The United States Attorney’s Office for the Middle District of Pennsylvania announced on December 5 that a 71-year-old man was charged with one count of conspiracy to engage in theft or bribery concerning programs receiving federal funds, related to actions between 2002 and 2022.
According to United States Attorney Gerard M. Karam, the charges allege that the defendant, while working at a Pennsylvania nursing home, conspired with an unnamed physician to receive kickback payments. The nursing home, a recipient of Medicare benefits exceeding $10,000 per year, was allegedly targeted in the scheme. Under federal law, it is a crime to embezzle, steal, obtain by fraud, or misapply property worth at least $5,000 from an organization receiving federal funds exceeding $10,000 annually.
The physician reported to the defendant, who managed the workers’ compensation program at the nursing home. The defendant had hired the physician for this role with the condition that the physician would pay half of his salary, approximately $1,700 to $2,500 per month, to the defendant via a company the defendant had set up. The defendant made his wife the nominal president of this company.
The physician agreed to this arrangement, which required only a few hours of work per month. His responsibilities included evaluating the defendant’s workers’ compensation claims, allowing the defendant to work a reduced schedule while receiving the same compensation. To conceal the payments, the defendant and physician exchanged money privately at the physician’s home rather than at the workplace.

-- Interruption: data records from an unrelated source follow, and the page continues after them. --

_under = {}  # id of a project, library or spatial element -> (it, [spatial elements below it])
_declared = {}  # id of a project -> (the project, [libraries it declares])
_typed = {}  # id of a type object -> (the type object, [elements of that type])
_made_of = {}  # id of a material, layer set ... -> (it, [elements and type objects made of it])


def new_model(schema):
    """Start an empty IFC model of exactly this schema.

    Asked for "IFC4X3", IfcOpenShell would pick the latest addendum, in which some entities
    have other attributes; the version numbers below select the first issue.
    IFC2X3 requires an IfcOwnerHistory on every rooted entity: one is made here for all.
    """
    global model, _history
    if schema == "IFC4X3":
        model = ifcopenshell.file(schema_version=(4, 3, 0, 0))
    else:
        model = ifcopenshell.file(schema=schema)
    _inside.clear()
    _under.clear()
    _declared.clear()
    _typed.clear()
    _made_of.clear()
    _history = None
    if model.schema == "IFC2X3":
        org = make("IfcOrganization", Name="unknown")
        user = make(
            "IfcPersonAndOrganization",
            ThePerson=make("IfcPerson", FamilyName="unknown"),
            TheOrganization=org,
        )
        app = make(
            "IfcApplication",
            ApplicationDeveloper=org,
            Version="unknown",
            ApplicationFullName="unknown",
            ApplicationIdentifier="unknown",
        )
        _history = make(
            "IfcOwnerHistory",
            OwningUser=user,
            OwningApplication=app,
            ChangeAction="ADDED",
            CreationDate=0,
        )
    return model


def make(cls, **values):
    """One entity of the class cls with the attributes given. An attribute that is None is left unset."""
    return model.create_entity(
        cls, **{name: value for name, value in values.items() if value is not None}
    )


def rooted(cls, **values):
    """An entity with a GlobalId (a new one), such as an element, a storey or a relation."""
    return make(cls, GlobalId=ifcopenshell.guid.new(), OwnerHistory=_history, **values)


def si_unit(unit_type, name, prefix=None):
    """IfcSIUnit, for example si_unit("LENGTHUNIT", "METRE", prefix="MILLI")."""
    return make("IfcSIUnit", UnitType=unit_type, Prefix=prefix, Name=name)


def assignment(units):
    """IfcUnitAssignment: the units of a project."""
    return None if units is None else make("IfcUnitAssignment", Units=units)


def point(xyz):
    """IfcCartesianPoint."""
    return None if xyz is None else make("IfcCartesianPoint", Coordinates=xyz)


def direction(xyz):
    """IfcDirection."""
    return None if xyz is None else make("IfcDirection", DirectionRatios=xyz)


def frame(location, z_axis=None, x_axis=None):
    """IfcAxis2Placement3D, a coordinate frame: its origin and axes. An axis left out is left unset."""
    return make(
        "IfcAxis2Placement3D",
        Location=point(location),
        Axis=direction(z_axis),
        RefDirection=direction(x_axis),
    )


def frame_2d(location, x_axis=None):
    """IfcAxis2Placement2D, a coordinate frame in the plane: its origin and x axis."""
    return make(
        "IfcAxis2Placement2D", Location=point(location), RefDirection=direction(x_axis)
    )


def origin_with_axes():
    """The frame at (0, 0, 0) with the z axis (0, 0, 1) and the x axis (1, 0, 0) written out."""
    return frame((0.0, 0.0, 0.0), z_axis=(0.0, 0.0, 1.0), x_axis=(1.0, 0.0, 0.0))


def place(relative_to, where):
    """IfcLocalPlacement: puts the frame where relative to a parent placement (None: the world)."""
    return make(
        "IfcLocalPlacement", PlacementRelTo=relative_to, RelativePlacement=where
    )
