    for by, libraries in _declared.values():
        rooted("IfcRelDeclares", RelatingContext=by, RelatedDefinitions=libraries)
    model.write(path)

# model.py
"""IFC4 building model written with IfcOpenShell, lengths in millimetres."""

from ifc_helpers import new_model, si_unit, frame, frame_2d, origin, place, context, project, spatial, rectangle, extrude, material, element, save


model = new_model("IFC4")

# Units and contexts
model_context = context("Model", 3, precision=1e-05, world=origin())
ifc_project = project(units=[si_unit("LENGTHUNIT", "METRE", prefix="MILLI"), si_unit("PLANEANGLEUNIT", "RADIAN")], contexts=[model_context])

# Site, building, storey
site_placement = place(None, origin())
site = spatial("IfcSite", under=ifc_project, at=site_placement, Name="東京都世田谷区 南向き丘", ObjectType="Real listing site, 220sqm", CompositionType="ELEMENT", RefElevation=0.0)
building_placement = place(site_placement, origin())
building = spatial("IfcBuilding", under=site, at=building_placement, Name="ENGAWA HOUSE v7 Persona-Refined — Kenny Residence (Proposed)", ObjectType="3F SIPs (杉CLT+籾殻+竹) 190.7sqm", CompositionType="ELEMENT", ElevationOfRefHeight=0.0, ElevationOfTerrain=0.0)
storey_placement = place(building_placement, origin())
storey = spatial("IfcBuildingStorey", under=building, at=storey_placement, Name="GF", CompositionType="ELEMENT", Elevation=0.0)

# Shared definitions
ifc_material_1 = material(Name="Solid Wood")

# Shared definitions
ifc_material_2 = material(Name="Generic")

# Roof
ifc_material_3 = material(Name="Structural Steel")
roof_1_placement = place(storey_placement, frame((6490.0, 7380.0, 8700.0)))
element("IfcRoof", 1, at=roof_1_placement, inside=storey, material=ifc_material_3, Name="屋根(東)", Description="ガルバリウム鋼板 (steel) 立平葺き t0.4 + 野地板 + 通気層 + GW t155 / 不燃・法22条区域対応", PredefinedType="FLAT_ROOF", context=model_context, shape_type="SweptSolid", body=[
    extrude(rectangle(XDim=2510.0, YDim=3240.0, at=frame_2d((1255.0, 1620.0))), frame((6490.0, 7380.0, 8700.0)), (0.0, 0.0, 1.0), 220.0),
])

It is alleged that, over a period of approximately 20 years, the defendant and physician conspired to embezzle, steal, obtain by fraud, and misapply approximately $528,450 from the nursing home.
Compliance Perspective
Issue
The Anti-Kickback Statute prohibits offering, paying, soliciting, or receiving remuneration to induce referrals for Medicare, Medicaid, and other federally funded programs. It aims to protect healthcare decision-making from financial incentives that could lead to unnecessary services and waste of taxpayer funds. Failure to follow accounting principles and establish proper checks and balances may result in neglect of fiduciary duties, jeopardizing the protection of residents’ and facility assets, and violating state and federal laws. Nursing facilities must have systems to verify and approve transactions to prevent misappropriation of funds.
Discussion Points
- Review and update policies on anti-kickback violations and false claims. Implement a Triple Check Process to verify Medicare claims and ensure a system of checks and balances to prevent embezzlement.
- Train all staff on anti-kickback statutes, what constitutes a kickback, and compliance procedures. Provide initial and annual training, including reporting violations and recognizing false claims. Ensure accounting and billing staff are trained to identify and report suspicious behavior.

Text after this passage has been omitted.